# 5.11 Tactical Responder BLS 2000 Bag



## ZombieEMT (Aug 18, 2013)

My department is looking to combine our two jump bags (Airway and Trauma) into one. The 5.11 Tactical Responder BLS 2000 Bag is our current top contender. Does anyone have any feedback, from experience with using this bag?


----------



## Bullets (Aug 18, 2013)

Its ok, the shoulder strap things get twisted and tangled very easily. and the slid friction buckles are a very soft metal and bend easily. It has the right amount of space for a BLS kit, but it would be better served with a single 2" shoulder strap 

My service uses the Meret Omnipro ALS/BLS Bag, their warranty service is pretty good they will repair any of their products.
http://meretusa.com/product.php?product_id=127 

We used to use this bag, which is also the bag our EMT Cops use, its really an ALS bag but it has a good organizational structure
http://www.veralph.com/Default.aspx...gen+Cases*0@@86*Q.A.+Quick-Access+Pack*2160@@


----------



## ZombieEMT (Aug 18, 2013)

Thanks for the response.
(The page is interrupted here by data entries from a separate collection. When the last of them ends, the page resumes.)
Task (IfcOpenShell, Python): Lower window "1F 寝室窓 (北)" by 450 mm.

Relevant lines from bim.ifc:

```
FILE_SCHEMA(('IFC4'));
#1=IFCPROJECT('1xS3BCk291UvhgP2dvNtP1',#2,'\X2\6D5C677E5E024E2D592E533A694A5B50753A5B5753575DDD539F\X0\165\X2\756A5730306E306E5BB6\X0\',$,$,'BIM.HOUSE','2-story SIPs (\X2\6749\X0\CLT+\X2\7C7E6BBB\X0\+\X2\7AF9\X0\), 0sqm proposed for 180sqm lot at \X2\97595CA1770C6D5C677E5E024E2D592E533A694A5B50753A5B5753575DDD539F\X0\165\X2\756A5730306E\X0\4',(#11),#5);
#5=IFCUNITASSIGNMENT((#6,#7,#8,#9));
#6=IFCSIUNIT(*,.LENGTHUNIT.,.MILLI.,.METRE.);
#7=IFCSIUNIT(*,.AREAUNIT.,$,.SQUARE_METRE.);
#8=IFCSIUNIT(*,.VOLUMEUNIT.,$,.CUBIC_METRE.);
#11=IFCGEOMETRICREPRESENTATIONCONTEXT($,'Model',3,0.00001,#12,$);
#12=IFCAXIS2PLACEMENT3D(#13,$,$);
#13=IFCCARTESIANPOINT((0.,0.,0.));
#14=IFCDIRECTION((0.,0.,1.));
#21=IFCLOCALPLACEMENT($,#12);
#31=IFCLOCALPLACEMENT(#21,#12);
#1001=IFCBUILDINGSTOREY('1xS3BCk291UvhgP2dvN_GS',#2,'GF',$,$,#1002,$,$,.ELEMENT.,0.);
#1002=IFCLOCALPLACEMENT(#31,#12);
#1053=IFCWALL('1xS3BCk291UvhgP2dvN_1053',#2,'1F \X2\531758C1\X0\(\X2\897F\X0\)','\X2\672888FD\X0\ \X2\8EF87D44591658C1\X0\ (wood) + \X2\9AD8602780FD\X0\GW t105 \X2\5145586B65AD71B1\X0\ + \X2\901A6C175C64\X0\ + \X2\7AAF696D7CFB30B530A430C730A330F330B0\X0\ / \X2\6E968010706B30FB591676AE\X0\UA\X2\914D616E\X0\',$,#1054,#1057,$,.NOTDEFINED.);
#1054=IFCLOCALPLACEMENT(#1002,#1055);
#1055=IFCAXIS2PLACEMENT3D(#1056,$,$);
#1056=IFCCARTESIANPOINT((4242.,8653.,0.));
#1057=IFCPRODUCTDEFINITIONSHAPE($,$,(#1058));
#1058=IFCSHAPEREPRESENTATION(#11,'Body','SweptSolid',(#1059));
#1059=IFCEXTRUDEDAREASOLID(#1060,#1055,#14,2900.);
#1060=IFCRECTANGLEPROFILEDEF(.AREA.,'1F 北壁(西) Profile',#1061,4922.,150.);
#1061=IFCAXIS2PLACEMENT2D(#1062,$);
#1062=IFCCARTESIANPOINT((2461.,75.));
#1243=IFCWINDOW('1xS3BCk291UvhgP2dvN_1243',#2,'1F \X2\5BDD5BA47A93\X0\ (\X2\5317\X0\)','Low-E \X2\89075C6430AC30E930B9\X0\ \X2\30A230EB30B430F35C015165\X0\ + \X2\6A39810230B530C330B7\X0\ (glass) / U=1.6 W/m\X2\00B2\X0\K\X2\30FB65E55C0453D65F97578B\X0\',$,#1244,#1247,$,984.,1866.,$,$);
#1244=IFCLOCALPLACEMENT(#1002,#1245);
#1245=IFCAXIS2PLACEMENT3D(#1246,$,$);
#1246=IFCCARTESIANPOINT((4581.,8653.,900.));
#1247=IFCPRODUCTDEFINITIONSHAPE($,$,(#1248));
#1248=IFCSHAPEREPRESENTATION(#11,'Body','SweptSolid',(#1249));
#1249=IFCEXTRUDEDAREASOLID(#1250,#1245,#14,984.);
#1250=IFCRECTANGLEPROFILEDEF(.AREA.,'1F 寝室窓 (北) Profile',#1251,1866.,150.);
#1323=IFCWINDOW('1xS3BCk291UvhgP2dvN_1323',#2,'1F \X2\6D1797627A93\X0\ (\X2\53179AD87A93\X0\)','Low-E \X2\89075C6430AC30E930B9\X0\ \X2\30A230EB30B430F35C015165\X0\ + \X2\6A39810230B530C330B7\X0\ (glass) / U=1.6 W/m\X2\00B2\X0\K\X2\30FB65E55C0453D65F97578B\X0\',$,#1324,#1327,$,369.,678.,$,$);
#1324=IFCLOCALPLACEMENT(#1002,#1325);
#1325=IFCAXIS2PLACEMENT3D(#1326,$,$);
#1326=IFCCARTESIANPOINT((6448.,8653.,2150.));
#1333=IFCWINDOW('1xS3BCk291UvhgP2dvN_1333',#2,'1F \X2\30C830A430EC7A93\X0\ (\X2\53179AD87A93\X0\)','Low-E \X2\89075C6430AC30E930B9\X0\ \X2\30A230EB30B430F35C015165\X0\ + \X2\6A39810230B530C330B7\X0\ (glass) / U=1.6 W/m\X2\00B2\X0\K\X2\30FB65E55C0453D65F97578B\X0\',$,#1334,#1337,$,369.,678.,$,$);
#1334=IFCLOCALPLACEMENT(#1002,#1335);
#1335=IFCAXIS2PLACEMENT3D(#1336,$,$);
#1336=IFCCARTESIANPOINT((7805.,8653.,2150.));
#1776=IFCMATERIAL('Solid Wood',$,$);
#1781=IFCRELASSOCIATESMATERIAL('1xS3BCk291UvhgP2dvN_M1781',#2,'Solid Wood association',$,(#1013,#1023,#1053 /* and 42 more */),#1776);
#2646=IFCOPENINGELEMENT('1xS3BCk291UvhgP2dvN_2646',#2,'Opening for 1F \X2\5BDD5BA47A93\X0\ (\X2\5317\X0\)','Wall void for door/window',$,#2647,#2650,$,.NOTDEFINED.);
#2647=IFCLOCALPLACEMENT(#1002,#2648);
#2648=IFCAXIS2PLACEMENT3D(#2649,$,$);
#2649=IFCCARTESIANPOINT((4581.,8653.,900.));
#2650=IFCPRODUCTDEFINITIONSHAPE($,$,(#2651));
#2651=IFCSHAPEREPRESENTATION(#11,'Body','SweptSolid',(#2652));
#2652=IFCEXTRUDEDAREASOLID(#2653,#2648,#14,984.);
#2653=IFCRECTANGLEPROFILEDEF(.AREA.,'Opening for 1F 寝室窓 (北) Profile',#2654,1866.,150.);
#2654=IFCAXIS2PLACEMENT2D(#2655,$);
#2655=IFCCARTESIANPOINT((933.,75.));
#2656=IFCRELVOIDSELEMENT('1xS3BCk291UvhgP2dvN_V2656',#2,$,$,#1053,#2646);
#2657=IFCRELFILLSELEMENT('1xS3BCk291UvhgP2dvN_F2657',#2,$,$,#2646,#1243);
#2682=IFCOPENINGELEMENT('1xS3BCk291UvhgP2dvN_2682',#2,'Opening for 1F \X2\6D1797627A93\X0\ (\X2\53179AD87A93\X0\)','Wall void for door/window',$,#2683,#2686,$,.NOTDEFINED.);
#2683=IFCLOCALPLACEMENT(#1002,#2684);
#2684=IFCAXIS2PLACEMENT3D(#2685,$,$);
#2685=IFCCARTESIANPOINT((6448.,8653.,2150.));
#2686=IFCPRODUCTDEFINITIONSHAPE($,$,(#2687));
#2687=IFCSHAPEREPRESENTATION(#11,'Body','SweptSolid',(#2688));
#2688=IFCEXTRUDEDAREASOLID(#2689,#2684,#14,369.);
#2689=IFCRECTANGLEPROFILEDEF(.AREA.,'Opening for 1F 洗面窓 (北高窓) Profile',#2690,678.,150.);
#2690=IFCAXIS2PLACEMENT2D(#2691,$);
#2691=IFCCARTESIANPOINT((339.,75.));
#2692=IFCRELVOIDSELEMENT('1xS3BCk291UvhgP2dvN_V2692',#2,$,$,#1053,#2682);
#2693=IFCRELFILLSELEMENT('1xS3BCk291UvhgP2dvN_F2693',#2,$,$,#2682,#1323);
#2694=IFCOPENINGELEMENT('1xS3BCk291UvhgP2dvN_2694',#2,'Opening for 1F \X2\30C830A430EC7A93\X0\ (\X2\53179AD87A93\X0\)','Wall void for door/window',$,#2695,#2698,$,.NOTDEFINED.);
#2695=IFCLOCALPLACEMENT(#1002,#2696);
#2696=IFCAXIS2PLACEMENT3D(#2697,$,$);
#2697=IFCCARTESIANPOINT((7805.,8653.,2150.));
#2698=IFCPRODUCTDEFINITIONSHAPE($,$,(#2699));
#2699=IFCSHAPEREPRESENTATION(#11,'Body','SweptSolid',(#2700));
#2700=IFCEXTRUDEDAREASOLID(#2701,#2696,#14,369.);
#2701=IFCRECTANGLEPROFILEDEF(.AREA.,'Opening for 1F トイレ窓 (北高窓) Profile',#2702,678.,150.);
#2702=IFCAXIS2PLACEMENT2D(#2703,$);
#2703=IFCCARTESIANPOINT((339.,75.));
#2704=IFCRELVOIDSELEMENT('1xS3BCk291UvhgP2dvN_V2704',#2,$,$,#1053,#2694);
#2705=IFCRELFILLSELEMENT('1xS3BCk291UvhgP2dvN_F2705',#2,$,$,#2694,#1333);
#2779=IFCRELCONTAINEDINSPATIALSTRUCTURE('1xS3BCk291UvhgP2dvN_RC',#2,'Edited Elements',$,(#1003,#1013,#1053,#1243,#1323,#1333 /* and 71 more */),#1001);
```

```python
import numpy as np
import ifcopenshell
import ifcopenshell.api.geometry
import ifcopenshell.util.placement
import ifcopenshell.util.unit

model = ifcopenshell.open("bim.ifc")
unit_scale = ifcopenshell.util.unit.calculate_unit_scale(model)

window = model.by_guid("1xS3BCk291UvhgP2dvN_1243")
opening = window.FillsVoids[0].RelatingOpeningElement
dz = -450.0

shift = np.array([0.0, 0.0, dz])
# The window is not placed relative to its opening, so move both.
for product in (opening, window):
    matrix = ifcopenshell.util.placement.get_local_placement(product.ObjectPlacement)
    matrix[:3, 3] += shift
    ifcopenshell.api.geometry.edit_object_placement(model, product=product, matrix=matrix, is_si=False)

print(f"moved by {dz * unit_scale:+.3f} m")

model.write("bim_v2.ifc")
```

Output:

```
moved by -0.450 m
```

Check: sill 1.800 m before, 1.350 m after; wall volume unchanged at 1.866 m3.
The merit bag is also a top competitor, but it seems smaller. Is there enough room for sufficient supplies and does it become bulky due to shape?


----------



## Tigger (Aug 18, 2013)

We had the ALS version at a place I worked at. It was awkwardly shaped and horrible to carry. Even with a regular shoulder strap I think it would have probably been to wide to be comfortable. It did have some pretty well laid out removable modules however.

We used this Ferno bag on the BLS trucks and I like it quite a bit more. Could be carried with a shoulder strap or with backpack harness.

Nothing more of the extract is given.